The new federal costs are not trivial, but they are much, much less than those of any Medicare for All plan I’ve seen. Creating a single payer means, in effect, shifting the financing of care from the hidden costs that insured workers pay (in the form of lower wages) to the highly visible tax burden that would be needed to fund most of the nation’s health financing through the public sector. Because my proposal keeps a large share of employers in the game, and requires a modest contribution from the rest of them, its new federal costs would be relatively modest. Moreover, employers that now provide coverage would, on average, receive substantial savings, because some would sign up for low-cost public coverage and because they would spend less to subsidize the uninsured and finance coverage for workers’ employed spouses.
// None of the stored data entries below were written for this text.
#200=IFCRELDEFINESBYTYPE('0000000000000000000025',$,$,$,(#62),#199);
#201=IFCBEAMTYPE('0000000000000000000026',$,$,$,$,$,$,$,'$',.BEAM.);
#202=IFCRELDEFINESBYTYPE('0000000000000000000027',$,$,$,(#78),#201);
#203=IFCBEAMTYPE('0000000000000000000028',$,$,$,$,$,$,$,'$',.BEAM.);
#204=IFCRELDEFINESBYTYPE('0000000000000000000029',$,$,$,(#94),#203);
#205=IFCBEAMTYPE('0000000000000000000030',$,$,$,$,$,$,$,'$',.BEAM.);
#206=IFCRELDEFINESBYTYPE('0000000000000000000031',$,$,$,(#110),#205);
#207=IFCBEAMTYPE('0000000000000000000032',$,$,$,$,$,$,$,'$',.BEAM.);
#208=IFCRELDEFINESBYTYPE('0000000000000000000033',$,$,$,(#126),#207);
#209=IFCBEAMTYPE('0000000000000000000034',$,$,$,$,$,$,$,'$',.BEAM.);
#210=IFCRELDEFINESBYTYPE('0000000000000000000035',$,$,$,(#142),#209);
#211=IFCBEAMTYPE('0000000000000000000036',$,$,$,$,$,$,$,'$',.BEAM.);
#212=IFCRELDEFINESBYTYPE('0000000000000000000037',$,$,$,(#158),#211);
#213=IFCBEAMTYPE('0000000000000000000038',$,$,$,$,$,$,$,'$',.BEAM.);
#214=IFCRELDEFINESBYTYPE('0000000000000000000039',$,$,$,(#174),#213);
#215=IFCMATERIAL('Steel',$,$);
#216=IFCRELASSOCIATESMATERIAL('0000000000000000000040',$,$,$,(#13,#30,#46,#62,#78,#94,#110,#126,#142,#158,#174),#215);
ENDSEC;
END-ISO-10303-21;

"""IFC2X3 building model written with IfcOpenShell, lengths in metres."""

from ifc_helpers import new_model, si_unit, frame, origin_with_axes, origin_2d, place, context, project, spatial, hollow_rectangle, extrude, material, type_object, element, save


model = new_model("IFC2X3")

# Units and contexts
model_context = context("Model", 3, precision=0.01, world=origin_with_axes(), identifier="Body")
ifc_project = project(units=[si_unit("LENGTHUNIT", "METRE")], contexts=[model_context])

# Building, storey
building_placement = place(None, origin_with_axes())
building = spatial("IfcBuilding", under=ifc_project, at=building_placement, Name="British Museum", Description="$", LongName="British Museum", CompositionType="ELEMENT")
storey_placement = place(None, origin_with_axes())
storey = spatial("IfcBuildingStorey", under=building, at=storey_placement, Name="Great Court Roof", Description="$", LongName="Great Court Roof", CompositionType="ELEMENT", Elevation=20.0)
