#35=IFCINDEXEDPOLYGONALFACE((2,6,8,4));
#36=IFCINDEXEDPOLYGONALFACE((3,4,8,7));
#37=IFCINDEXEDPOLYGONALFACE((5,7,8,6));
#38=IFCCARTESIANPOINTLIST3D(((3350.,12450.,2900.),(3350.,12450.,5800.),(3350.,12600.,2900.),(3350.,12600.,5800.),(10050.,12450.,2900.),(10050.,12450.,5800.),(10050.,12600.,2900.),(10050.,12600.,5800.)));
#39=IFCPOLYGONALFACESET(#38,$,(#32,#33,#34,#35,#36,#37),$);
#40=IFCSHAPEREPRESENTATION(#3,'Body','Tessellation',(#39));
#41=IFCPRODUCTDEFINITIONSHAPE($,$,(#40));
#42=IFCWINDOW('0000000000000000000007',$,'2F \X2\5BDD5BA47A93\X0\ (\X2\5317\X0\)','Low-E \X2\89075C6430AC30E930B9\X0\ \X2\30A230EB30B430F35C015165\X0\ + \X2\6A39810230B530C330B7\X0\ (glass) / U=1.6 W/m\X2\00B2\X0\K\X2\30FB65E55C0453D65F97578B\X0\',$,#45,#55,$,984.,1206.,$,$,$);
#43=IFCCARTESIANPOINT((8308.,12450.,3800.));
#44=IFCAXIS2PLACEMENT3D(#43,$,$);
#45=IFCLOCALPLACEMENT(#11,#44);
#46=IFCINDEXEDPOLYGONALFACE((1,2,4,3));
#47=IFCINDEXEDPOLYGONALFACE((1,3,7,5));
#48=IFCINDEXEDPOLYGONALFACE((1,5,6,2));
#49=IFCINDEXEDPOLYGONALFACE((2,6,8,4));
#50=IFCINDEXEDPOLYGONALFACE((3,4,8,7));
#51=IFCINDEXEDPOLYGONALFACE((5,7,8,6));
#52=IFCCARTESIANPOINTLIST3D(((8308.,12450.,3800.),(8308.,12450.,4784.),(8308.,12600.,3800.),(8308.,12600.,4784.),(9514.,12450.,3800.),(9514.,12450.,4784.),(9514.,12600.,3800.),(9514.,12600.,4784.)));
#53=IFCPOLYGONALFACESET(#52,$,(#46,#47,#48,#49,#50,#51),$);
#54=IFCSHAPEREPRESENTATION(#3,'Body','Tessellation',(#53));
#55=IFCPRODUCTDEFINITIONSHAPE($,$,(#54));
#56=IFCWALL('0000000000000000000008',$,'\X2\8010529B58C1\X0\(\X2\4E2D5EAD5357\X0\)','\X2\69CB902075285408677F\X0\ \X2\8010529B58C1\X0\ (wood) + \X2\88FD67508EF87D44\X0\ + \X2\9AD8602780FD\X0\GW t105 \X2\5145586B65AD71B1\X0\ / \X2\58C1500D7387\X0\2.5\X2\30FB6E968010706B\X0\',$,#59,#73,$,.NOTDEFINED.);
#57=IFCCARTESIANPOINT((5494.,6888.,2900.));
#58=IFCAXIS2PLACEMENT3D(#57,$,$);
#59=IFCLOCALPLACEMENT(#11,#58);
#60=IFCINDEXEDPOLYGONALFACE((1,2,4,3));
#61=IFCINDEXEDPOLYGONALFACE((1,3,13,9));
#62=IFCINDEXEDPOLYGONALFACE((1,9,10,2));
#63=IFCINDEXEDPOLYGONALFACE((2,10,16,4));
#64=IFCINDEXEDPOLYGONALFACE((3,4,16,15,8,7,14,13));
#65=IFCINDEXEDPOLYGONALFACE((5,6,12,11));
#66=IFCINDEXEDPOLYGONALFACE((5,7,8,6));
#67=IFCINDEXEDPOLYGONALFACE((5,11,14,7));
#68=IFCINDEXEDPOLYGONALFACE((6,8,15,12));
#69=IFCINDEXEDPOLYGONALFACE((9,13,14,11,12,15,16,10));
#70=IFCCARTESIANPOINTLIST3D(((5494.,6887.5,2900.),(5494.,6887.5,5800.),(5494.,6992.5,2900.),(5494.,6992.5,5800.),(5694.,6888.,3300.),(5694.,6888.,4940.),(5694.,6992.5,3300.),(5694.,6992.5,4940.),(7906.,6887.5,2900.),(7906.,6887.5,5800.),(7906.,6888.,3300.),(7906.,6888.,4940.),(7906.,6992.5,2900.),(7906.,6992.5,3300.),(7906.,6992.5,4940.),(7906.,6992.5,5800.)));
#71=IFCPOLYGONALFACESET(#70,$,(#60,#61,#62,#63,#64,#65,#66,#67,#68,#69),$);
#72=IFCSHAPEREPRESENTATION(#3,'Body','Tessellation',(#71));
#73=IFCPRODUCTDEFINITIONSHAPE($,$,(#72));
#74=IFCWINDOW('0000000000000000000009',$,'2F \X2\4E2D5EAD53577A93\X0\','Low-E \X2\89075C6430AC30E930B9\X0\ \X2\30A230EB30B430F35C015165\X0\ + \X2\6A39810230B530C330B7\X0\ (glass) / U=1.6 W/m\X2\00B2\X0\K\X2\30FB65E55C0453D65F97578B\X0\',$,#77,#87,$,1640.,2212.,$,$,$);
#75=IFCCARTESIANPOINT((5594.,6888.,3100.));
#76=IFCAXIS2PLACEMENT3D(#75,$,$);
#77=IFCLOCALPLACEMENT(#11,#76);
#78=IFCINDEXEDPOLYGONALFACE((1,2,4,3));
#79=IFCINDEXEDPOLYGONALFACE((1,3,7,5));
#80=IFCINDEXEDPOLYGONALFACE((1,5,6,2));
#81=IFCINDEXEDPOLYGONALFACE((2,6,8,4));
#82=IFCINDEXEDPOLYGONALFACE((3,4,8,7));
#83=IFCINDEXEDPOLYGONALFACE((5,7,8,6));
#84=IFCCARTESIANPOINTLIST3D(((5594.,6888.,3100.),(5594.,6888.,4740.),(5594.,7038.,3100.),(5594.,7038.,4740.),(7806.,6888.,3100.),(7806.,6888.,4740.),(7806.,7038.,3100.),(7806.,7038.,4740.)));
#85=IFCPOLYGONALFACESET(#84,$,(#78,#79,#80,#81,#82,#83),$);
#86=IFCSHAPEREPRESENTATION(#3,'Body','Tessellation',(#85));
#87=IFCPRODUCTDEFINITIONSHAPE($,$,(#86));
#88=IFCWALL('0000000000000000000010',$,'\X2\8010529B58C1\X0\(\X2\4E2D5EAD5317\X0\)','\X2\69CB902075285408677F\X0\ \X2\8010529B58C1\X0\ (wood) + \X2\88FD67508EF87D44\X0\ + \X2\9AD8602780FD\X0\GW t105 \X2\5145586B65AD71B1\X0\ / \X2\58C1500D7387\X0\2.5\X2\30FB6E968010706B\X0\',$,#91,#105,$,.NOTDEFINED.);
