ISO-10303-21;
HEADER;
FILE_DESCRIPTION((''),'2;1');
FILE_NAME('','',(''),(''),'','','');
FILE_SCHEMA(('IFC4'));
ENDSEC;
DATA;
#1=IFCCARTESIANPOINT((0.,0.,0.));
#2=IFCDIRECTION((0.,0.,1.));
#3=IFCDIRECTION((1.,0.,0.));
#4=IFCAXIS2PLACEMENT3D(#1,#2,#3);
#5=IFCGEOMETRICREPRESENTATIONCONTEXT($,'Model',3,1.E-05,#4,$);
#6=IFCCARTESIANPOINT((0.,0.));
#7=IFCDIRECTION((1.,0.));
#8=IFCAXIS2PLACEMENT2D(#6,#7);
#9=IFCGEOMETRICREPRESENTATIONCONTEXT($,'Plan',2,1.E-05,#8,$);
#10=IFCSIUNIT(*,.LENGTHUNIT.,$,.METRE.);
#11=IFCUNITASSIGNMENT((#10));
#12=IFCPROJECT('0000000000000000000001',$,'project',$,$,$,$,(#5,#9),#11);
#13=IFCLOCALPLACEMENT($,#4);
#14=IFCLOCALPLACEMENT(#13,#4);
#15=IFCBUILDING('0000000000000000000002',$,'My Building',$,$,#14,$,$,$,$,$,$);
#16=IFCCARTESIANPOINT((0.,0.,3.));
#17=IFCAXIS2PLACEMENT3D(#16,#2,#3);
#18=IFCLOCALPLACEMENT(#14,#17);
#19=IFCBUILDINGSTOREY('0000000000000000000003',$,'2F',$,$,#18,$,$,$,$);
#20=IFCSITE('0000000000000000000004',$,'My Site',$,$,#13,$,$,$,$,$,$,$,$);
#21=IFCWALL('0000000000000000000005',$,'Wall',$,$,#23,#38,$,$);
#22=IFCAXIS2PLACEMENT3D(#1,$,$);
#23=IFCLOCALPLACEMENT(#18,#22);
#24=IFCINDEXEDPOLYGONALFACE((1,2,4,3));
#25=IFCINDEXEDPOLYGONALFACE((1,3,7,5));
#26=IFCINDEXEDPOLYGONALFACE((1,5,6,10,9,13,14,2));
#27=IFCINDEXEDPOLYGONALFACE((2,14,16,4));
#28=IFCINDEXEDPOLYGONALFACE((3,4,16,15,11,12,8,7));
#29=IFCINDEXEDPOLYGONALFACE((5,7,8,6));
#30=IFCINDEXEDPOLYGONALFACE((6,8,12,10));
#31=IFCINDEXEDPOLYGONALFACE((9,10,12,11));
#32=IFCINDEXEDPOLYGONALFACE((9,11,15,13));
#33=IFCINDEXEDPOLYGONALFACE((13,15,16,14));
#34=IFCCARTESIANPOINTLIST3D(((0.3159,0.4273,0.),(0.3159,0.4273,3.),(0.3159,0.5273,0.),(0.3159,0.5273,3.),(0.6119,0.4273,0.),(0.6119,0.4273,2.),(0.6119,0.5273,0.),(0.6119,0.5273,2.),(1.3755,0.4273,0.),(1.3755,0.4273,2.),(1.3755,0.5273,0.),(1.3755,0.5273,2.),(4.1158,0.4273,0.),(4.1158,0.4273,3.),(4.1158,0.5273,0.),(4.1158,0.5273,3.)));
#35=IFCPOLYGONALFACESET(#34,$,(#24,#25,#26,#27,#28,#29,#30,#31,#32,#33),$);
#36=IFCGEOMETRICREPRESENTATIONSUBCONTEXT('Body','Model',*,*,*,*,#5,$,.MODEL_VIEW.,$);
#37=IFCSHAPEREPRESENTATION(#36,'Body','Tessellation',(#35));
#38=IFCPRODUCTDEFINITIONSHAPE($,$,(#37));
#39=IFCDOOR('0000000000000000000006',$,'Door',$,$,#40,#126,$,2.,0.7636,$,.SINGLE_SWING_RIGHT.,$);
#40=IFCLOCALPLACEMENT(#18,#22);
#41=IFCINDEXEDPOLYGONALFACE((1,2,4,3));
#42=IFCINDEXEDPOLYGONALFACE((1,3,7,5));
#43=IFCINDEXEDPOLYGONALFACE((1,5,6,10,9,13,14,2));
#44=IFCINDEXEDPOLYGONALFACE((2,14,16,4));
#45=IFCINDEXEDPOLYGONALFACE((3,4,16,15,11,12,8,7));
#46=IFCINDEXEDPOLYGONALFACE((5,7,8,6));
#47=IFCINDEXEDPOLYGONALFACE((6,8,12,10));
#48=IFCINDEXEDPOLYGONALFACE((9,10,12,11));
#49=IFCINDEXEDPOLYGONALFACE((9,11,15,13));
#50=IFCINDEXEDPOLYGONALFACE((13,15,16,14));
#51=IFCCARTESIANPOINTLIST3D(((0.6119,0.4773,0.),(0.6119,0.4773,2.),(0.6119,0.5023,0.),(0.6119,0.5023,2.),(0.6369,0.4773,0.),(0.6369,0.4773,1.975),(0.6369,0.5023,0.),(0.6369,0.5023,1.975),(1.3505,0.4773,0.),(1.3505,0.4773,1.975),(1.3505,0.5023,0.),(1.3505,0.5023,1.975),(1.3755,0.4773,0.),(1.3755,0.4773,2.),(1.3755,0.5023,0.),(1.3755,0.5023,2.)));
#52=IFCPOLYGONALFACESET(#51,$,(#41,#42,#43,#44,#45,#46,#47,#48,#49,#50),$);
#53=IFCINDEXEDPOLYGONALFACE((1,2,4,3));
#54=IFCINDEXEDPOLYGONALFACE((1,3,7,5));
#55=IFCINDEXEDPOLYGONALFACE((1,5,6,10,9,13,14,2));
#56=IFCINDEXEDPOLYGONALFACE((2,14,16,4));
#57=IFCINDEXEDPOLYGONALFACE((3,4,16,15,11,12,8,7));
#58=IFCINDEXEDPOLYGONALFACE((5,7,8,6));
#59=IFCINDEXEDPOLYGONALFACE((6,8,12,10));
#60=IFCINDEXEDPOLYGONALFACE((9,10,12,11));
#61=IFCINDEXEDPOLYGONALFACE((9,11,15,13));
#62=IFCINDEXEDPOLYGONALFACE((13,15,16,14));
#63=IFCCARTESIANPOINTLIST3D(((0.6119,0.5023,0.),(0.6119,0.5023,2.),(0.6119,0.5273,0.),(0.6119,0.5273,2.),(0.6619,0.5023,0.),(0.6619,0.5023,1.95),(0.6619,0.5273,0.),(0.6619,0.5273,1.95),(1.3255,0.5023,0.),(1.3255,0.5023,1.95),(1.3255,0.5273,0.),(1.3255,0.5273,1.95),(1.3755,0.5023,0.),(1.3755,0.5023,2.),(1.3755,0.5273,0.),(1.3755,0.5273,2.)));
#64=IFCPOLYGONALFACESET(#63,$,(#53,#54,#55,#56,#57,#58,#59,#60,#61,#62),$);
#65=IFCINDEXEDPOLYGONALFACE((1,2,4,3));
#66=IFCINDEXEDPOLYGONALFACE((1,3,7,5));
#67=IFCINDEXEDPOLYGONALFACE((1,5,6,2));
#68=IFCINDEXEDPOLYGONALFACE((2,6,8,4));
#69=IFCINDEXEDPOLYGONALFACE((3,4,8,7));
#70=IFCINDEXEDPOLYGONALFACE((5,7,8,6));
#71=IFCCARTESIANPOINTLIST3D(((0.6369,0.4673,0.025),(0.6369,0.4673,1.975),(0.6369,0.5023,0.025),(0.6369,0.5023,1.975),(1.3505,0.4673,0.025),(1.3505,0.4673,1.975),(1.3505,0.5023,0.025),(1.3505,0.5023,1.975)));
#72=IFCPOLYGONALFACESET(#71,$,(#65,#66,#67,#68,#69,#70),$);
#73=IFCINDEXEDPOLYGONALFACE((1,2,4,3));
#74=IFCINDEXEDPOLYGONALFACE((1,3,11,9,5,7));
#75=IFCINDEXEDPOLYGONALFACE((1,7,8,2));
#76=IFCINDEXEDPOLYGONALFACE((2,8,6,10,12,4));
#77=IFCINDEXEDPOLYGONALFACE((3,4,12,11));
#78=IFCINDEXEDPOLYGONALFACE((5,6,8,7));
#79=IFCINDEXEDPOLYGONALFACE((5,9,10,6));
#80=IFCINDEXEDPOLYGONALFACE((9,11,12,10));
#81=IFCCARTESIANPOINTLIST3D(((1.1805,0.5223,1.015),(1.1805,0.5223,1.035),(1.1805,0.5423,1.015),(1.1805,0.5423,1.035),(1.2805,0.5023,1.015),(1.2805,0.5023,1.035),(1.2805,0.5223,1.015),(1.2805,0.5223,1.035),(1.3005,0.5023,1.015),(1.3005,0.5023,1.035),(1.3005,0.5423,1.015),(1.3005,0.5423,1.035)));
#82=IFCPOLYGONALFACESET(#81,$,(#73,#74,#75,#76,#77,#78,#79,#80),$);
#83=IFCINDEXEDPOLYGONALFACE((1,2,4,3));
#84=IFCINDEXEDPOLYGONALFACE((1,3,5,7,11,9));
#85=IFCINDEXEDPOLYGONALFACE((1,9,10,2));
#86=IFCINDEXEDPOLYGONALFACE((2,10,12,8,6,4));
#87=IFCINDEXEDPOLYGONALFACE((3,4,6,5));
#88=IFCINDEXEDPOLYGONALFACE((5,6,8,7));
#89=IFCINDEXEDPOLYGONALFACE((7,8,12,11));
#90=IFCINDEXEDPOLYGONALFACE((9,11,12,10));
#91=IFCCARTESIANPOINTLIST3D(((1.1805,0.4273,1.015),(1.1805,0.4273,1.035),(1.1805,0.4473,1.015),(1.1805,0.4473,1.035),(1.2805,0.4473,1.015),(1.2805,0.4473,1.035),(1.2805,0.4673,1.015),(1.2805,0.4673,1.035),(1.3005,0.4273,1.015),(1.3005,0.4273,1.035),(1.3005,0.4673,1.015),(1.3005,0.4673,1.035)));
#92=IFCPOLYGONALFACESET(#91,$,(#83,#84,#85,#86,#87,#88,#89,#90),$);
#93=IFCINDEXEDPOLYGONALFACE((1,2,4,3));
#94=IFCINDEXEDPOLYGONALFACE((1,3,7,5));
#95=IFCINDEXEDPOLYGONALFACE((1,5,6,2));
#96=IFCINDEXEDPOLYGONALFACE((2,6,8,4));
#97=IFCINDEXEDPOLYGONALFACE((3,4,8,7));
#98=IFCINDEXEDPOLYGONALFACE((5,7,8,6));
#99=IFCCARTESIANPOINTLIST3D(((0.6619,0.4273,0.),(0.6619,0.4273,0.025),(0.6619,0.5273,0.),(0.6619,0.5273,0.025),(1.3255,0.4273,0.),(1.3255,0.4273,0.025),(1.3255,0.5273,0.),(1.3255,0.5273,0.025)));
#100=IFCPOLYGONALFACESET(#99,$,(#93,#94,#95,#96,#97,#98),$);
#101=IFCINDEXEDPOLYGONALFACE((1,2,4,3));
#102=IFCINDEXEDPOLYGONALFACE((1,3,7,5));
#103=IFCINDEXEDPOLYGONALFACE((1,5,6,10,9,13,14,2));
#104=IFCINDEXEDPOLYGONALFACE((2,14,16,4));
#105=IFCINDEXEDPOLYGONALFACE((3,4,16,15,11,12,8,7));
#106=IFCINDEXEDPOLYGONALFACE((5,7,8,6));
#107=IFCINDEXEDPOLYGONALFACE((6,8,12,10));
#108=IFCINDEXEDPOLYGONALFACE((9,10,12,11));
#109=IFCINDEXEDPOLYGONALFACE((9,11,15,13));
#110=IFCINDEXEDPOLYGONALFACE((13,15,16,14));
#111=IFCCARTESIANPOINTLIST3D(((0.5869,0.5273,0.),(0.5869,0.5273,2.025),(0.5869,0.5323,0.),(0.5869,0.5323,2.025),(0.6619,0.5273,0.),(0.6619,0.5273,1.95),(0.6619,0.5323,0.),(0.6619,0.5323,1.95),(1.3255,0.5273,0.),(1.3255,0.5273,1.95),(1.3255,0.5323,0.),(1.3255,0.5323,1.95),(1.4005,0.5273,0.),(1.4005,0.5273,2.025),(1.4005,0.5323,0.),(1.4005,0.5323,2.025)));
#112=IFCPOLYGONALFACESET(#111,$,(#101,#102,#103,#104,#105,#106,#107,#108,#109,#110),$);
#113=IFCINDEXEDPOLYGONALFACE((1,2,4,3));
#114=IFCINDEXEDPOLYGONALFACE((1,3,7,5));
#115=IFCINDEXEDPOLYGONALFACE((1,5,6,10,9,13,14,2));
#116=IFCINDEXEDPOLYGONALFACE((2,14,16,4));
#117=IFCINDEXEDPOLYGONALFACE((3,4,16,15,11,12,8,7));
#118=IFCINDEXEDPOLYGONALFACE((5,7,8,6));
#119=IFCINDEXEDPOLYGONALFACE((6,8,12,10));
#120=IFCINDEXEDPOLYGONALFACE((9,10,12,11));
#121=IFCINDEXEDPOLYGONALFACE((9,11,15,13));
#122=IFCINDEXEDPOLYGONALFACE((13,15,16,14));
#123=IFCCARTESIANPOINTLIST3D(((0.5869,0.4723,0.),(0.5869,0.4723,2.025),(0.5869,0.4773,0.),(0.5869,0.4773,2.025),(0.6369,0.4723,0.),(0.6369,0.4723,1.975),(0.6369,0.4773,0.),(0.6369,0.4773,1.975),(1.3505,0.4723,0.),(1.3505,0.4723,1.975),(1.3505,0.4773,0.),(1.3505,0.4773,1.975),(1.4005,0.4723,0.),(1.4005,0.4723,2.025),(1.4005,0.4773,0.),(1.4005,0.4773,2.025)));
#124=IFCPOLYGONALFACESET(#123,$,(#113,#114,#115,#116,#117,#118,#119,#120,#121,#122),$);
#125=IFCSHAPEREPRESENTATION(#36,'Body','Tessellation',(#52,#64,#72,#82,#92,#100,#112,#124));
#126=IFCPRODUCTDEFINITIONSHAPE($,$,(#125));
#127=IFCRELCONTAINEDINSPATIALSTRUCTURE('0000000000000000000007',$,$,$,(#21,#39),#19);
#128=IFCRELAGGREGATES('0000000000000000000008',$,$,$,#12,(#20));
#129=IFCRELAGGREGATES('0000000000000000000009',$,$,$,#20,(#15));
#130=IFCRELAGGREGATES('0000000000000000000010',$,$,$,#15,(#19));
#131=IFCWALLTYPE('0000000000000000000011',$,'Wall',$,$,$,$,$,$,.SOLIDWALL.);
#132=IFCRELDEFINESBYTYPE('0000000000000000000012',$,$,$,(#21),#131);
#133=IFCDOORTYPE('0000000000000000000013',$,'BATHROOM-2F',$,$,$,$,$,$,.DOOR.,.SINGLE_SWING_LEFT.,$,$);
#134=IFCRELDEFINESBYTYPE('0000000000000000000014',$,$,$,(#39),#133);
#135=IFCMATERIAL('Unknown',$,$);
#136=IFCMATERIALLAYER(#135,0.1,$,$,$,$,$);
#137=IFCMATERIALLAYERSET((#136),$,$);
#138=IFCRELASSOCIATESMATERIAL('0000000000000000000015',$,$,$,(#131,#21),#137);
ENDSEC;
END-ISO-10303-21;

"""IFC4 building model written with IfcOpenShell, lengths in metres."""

from ifc_helpers import new_model, entity, si_unit, frame, origin_with_axes, origin_2d_with_axis, place, context, subcontext, project, spatial, line, indexed_curve, outline, extrude, shape, source, transform, mapped, material, layer, layer_set, layer_usage, type_object, type_shapes, element, fill, save


model = new_model("IFC4")

# Units and contexts
model_context = context("Model", 3, precision=1e-05, world=origin_with_axes())
plan_context = context("Plan", 2, precision=1e-05, world=origin_2d_with_axis())
body_context_1 = subcontext(model_context, "Body", "Model", "MODEL_VIEW")
body_context_2 = subcontext(plan_context, "Body", "Plan", "PLAN_VIEW")
ifc_project = project(units=[si_unit("LENGTHUNIT", "METRE")], contexts=[model_context, plan_context])

# Site, building, storey
site_placement = place(None, origin_with_axes())
site = spatial("IfcSite", under=ifc_project, at=site_placement, Name="My Site")
building_placement = place(site_placement, origin_with_axes())
building = spatial("IfcBuilding", under=site, at=building_placement, Name="My Building")
storey_placement = place(building_placement, frame((0.0, 0.0, 3.0), z_axis=(0.0, 0.0, 1.0), x_axis=(1.0, 0.0, 0.0)))
storey = spatial("IfcBuildingStorey", under=building, at=storey_placement, Name="2F")

# Shared definitions
ifc_material_1 = material(Name="Unknown")

# Shared definitions
ifc_layer_1 = layer(ifc_material_1, 0.1)
ifc_layer_set_1 = layer_set([ifc_layer_1])
wall_type = type_object("IfcWallType", Name="Wall", PredefinedType="SOLIDWALL", material=ifc_layer_set_1)

# Wall, opening, door
ifc_layer_usage_1 = layer_usage(ifc_layer_set_1, "AXIS2", "POSITIVE", 0.0)
wall_1_placement = place(storey_placement, frame((0.3159, 0.4273, 0.0), z_axis=(0.0, 0.0, 1.0), x_axis=(1.0, 0.0, 0.0)))
wall_1 = element("IfcWall", 1, at=wall_1_placement, inside=storey, type_object=wall_type, material=ifc_layer_usage_1, Name="Wall", context=body_context_1, shape_type="SweptSolid", body=[
    extrude(outline(indexed_curve([(0.0, 0.0), (0.0, 0.1), (3.8, 0.1), (3.8, 0.0)], segments=[line(1, 2, 3, 4, 1)])), origin_with_axes(), (0.0, 0.0, 1.0), 3.0),
])
shared_shape_1 = source(origin_with_axes(), body_context_1, "Body", "SweptSolid", [
    extrude(outline(indexed_curve([(0.0, 0.0), (0.7636, 0.0), (0.7636, 2.0), (0.0, 2.0)], segments=[line(1, 2, 3, 4, 1)])), frame((0.0, -0.6, 0.0), z_axis=(0.0, -1.0, 0.0), x_axis=(1.0, 0.0, 0.0)), (0.0, 0.0, -1.0), 1.2),
])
Labor unions are increasingly attracted to a public-private partnership of this sort. Business groups are another matter, but the idea that they might warm to it isn’t so far-fetched. After all, this proposal lets employers continue to provide coverage if they want to, preserves a substantial role for private insurance, and saves many companies serious money. At the same time, it ensures that all workers have good, affordable coverage in the public or private sector. That’s the kind of bargain that could give compromise a good name—if the left would pursue it.